----- DATA TO EXAMINE -----

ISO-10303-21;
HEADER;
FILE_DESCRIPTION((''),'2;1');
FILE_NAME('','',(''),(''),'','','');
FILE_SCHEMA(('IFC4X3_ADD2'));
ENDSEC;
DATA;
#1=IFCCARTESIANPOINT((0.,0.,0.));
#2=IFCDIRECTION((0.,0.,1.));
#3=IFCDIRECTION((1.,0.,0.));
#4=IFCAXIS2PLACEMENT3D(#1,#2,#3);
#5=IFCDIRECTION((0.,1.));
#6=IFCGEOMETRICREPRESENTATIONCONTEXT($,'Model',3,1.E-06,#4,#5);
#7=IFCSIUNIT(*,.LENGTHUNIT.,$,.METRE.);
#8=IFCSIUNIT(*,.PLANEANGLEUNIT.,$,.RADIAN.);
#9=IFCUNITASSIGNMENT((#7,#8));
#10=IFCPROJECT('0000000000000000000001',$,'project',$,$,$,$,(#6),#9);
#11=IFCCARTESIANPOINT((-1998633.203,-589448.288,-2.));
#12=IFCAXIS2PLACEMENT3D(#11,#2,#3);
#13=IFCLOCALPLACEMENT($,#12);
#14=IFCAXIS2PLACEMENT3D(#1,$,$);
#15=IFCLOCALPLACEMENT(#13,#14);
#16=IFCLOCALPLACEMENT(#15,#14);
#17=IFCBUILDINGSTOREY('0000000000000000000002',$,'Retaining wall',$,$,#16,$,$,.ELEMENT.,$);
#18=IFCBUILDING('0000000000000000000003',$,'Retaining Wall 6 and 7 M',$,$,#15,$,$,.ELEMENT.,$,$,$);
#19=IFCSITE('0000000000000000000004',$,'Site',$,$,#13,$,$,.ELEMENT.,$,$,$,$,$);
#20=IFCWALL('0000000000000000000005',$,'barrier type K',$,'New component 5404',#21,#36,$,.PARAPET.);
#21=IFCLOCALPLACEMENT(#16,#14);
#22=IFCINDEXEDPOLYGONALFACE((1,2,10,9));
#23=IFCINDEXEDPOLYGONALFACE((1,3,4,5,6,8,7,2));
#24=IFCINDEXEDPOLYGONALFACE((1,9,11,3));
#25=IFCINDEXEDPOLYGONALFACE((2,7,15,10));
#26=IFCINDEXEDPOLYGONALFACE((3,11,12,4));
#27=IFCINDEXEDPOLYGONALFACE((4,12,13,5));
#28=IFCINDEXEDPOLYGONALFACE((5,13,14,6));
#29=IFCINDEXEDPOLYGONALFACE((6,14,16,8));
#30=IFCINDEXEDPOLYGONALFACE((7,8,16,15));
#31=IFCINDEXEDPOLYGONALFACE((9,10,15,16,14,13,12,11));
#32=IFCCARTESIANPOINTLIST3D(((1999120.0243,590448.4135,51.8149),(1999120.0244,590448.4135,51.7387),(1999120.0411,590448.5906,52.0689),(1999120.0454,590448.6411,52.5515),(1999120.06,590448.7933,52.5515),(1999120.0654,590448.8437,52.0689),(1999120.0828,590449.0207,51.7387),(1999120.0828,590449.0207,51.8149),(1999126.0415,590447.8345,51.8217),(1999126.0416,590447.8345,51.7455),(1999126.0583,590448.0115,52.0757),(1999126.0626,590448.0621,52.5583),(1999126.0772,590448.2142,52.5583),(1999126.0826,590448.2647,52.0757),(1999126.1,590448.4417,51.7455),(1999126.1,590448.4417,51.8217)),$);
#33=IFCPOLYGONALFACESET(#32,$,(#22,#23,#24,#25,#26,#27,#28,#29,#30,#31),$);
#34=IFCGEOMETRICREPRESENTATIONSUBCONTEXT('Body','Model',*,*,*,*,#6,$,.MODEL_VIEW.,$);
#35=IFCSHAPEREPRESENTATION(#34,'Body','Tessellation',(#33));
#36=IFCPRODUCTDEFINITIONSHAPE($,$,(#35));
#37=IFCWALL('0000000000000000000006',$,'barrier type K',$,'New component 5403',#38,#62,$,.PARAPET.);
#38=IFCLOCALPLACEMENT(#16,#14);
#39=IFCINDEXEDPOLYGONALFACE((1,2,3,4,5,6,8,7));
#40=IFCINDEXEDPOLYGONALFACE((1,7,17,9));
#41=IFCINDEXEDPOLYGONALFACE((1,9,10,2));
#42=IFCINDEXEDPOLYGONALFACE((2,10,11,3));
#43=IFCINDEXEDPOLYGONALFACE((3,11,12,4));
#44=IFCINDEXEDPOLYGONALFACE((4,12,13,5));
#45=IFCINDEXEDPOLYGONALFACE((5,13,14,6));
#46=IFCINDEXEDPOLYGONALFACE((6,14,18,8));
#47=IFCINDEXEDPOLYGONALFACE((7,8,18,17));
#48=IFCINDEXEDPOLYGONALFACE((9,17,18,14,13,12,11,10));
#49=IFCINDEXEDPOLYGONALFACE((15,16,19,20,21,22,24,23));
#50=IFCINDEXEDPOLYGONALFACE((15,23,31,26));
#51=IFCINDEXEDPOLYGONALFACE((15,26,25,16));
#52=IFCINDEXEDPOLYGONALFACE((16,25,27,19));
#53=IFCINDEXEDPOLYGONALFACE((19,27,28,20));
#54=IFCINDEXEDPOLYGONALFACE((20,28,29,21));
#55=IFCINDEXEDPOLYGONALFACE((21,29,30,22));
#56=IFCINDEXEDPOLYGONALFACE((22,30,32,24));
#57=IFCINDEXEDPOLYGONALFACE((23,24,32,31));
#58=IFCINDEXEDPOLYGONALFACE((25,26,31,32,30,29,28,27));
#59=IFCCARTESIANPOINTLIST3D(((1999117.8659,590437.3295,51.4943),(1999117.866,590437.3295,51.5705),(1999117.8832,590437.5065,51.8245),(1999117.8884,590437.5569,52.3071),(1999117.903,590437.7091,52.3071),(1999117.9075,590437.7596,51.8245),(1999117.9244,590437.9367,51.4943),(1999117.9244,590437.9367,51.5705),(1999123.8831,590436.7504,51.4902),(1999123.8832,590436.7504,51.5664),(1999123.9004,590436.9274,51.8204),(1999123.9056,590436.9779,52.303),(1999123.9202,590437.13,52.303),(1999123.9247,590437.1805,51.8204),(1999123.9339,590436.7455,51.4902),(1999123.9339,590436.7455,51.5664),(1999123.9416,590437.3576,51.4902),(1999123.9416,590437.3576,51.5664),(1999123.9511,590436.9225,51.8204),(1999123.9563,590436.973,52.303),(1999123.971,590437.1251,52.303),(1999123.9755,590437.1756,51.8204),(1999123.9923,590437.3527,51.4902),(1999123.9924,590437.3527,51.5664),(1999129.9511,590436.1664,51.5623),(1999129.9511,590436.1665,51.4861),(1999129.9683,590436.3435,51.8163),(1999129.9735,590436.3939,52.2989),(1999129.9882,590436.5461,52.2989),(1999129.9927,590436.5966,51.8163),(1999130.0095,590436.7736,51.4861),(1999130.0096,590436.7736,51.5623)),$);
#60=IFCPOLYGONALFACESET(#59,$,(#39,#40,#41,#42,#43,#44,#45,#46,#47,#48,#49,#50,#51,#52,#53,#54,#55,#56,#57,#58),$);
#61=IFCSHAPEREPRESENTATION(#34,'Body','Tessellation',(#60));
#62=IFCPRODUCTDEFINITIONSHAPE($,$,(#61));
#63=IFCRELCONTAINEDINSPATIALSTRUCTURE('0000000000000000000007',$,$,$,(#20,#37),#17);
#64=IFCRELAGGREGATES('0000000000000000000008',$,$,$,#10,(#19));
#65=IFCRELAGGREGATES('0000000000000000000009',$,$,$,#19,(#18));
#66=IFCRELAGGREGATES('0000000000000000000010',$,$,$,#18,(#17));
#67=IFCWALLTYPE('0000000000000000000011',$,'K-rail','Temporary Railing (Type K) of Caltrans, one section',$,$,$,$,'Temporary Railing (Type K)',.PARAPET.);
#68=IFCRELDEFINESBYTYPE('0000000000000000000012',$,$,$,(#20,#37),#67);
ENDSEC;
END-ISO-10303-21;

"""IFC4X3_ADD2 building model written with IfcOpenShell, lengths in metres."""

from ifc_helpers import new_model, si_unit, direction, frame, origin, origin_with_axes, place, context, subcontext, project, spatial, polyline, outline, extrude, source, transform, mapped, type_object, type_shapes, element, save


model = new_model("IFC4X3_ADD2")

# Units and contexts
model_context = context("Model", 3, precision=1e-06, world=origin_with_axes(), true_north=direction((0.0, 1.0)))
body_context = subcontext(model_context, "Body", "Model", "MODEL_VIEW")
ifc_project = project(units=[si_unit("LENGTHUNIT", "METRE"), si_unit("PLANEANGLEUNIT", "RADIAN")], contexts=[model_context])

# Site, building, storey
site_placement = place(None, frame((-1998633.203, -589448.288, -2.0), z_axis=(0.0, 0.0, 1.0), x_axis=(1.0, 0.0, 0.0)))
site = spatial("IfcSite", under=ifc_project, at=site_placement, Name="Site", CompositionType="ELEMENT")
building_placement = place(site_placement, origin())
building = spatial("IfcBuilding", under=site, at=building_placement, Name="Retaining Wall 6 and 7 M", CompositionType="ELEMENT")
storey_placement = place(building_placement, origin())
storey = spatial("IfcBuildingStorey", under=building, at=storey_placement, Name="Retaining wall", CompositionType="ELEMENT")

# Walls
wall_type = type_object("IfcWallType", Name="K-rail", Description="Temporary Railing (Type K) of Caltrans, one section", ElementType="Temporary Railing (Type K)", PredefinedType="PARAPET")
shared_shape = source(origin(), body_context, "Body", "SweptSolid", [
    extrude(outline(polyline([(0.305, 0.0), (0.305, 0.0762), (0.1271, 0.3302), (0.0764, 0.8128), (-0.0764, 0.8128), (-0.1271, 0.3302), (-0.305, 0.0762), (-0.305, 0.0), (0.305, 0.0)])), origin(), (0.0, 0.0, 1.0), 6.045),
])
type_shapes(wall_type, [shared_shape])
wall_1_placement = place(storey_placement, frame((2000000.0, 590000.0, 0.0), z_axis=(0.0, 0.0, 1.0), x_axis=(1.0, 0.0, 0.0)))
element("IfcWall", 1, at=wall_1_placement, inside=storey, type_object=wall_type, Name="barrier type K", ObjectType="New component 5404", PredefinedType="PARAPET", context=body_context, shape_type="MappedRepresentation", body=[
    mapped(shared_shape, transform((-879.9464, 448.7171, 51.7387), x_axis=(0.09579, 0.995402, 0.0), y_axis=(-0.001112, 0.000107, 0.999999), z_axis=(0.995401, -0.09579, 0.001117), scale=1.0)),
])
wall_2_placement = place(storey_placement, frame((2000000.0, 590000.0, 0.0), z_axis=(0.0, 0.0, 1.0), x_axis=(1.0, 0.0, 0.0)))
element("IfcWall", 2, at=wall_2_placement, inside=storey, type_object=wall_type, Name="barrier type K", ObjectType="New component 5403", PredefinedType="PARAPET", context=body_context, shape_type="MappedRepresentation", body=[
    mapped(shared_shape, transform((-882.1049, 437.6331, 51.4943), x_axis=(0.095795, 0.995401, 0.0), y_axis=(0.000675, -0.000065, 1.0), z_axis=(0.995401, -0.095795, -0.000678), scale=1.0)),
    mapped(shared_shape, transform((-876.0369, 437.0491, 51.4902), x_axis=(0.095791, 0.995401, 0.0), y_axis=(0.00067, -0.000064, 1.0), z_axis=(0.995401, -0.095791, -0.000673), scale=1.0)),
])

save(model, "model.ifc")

-----
----- DATA TO EXAMINE -----

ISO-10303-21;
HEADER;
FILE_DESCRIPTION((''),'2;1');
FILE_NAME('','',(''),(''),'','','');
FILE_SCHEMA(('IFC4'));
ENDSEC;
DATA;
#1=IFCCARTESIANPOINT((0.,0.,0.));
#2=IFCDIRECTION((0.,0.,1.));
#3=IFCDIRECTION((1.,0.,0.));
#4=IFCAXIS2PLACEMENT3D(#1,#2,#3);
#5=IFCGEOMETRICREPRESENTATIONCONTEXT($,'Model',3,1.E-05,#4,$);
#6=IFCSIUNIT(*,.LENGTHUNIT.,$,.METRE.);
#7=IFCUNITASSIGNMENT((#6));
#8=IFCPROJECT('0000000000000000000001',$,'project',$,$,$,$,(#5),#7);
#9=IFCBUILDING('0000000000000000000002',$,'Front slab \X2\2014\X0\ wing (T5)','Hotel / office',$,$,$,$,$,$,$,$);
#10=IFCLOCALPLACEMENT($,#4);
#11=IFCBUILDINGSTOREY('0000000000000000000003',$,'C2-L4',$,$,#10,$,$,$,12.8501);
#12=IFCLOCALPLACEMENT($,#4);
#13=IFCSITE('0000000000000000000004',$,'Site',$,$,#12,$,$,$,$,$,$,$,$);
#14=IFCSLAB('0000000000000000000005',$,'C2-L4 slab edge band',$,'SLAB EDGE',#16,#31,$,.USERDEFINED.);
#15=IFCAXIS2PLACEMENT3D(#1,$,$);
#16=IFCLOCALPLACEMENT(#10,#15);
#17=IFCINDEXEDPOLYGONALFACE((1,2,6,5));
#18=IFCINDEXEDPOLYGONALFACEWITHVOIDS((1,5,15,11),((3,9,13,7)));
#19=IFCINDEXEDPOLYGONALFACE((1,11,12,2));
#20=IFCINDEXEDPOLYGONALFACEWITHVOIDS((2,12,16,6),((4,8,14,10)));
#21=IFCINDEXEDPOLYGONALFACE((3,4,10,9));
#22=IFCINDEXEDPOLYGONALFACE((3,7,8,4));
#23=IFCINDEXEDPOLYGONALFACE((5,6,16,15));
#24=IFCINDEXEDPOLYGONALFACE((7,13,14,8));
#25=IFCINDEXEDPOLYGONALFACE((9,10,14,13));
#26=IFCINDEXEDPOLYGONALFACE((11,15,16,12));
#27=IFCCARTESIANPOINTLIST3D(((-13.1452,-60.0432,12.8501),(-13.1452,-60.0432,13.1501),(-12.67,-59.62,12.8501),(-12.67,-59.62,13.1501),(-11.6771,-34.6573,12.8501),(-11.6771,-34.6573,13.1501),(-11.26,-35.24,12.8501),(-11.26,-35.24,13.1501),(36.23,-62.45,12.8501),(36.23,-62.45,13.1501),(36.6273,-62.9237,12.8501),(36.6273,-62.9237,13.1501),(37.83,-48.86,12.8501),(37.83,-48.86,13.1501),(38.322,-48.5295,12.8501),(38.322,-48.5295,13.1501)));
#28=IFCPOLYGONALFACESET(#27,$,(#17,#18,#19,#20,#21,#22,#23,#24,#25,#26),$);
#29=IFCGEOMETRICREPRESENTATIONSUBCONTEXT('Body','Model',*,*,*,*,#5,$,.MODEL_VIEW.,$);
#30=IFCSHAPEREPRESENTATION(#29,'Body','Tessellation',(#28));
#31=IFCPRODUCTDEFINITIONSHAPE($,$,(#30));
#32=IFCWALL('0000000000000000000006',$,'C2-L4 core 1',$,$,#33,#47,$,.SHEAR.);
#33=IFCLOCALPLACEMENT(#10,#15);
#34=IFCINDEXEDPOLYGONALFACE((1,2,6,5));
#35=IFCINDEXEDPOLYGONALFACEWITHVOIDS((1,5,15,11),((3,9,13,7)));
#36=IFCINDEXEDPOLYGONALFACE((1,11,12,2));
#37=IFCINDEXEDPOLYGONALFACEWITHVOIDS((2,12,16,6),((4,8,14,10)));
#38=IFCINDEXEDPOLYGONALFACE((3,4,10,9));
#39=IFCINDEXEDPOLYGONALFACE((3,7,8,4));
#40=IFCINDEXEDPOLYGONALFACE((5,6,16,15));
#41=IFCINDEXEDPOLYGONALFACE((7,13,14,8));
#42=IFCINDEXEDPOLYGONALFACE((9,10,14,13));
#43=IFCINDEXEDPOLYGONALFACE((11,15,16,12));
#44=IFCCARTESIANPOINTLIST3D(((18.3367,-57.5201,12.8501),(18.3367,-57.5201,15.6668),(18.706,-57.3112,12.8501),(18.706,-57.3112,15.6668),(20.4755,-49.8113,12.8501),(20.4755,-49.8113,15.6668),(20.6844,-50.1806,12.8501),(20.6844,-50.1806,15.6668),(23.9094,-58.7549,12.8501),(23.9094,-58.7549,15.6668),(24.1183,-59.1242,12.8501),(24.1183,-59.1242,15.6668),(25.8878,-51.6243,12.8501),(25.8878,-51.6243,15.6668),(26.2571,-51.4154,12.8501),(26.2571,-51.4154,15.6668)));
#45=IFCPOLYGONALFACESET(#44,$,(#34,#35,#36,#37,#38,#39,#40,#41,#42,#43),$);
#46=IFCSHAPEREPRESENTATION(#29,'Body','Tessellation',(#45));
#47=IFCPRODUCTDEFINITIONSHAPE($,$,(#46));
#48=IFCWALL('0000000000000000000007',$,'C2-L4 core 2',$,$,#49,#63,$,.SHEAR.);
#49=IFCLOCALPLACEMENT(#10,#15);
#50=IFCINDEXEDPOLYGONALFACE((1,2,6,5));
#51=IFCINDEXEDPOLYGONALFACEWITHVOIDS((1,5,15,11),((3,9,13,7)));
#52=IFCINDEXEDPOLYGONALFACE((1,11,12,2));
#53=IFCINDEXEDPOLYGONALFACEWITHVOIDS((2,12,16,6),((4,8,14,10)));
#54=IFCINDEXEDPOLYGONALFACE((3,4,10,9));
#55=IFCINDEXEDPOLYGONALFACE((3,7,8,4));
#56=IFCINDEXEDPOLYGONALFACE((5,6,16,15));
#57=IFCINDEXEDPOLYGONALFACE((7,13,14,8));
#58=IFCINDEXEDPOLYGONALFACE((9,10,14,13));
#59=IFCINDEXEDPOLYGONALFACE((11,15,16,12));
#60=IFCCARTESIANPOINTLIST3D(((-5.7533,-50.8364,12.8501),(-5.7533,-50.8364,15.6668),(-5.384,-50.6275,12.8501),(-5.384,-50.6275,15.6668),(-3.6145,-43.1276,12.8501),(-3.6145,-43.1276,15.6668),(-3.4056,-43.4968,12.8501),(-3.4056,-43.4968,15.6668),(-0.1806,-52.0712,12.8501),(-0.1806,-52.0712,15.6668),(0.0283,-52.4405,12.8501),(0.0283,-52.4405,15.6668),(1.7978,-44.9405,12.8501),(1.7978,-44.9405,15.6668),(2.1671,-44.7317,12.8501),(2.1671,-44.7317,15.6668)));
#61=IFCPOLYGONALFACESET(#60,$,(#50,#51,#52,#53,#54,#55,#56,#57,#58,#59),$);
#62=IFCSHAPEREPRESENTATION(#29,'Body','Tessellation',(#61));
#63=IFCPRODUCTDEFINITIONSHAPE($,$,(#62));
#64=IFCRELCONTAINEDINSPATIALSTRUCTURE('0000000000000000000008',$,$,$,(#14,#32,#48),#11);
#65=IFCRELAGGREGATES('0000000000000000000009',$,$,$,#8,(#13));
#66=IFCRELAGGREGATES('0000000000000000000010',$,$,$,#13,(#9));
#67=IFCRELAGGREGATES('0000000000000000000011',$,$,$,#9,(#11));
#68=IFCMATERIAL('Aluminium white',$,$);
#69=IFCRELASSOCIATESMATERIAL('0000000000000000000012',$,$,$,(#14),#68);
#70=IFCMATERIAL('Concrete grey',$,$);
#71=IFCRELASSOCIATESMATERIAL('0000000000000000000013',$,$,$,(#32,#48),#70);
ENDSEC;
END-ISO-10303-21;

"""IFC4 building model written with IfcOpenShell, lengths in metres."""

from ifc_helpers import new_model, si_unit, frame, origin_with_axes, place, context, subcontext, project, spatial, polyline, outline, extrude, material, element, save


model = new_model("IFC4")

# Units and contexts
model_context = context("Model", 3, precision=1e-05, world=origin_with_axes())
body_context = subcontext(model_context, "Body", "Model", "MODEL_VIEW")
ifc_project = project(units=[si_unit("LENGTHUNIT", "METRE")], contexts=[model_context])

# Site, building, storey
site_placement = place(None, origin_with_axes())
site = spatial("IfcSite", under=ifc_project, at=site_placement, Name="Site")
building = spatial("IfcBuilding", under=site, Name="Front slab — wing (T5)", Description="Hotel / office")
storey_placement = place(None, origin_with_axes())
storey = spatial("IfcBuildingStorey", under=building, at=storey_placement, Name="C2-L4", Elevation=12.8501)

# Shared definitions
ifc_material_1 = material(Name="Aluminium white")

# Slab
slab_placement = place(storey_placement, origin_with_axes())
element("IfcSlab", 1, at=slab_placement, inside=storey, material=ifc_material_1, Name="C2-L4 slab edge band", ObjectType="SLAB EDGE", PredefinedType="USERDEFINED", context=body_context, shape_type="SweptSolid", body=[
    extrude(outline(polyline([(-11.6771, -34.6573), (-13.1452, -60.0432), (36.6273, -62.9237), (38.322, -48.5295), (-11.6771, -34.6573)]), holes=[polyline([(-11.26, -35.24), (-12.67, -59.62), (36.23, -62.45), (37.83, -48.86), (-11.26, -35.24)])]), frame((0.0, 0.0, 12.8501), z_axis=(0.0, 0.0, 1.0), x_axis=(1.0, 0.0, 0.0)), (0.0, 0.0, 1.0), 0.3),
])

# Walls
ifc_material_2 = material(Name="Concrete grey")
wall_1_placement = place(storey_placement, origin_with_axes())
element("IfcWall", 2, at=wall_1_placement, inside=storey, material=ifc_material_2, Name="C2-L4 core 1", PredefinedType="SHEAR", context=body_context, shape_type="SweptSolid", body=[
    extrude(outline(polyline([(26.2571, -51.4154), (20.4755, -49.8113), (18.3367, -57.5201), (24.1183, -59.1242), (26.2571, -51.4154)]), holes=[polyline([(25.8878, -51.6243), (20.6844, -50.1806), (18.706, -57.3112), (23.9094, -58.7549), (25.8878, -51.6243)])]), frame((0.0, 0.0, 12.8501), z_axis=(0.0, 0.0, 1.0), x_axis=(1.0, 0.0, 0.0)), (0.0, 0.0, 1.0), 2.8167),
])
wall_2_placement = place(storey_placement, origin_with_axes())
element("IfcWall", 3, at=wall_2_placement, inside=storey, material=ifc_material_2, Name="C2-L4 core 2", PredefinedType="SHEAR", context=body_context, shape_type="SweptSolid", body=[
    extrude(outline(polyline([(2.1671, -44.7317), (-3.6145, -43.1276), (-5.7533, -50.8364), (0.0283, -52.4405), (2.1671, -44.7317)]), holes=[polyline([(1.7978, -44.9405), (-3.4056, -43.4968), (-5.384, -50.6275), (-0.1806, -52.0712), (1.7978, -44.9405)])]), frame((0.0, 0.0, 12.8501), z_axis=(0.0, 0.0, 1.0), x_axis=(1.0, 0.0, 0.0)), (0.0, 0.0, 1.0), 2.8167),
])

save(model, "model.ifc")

-----

* [WORK ITEM] Your answer should be the lines above, from the line containing "#30=IFCSHAPEREPRESENTATION(#29,'Body','Tessellation',(#28));" up to and including the line containing "#49=IFCLOCALPLACEMENT(#10,#15);", reproduced exactly and with nothing else.

* [ANSWER SPACE]
#30=IFCSHAPEREPRESENTATION(#29,'Body','Tessellation',(#28));
#31=IFCPRODUCTDEFINITIONSHAPE($,$,(#30));
#32=IFCWALL('0000000000000000000006',$,'C2-L4 core 1',$,$,#33,#47,$,.SHEAR.);
#33=IFCLOCALPLACEMENT(#10,#15);
#34=IFCINDEXEDPOLYGONALFACE((1,2,6,5));
#35=IFCINDEXEDPOLYGONALFACEWITHVOIDS((1,5,15,11),((3,9,13,7)));
#36=IFCINDEXEDPOLYGONALFACE((1,11,12,2));
#37=IFCINDEXEDPOLYGONALFACEWITHVOIDS((2,12,16,6),((4,8,14,10)));
#38=IFCINDEXEDPOLYGONALFACE((3,4,10,9));
#39=IFCINDEXEDPOLYGONALFACE((3,7,8,4));
#40=IFCINDEXEDPOLYGONALFACE((5,6,16,15));
#41=IFCINDEXEDPOLYGONALFACE((7,13,14,8));
#42=IFCINDEXEDPOLYGONALFACE((9,10,14,13));
#43=IFCINDEXEDPOLYGONALFACE((11,15,16,12));
#44=IFCCARTESIANPOINTLIST3D(((18.3367,-57.5201,12.8501),(18.3367,-57.5201,15.6668),(18.706,-57.3112,12.8501),(18.706,-57.3112,15.6668),(20.4755,-49.8113,12.8501),(20.4755,-49.8113,15.6668),(20.6844,-50.1806,12.8501),(20.6844,-50.1806,15.6668),(23.9094,-58.7549,12.8501),(23.9094,-58.7549,15.6668),(24.1183,-59.1242,12.8501),(24.1183,-59.1242,15.6668),(25.8878,-51.6243,12.8501),(25.8878,-51.6243,15.6668),(26.2571,-51.4154,12.8501),(26.2571,-51.4154,15.6668)));
#45=IFCPOLYGONALFACESET(#44,$,(#34,#35,#36,#37,#38,#39,#40,#41,#42,#43),$);
#46=IFCSHAPEREPRESENTATION(#29,'Body','Tessellation',(#45));
#47=IFCPRODUCTDEFINITIONSHAPE($,$,(#46));
#48=IFCWALL('0000000000000000000007',$,'C2-L4 core 2',$,$,#49,#63,$,.SHEAR.);
#49=IFCLOCALPLACEMENT(#10,#15);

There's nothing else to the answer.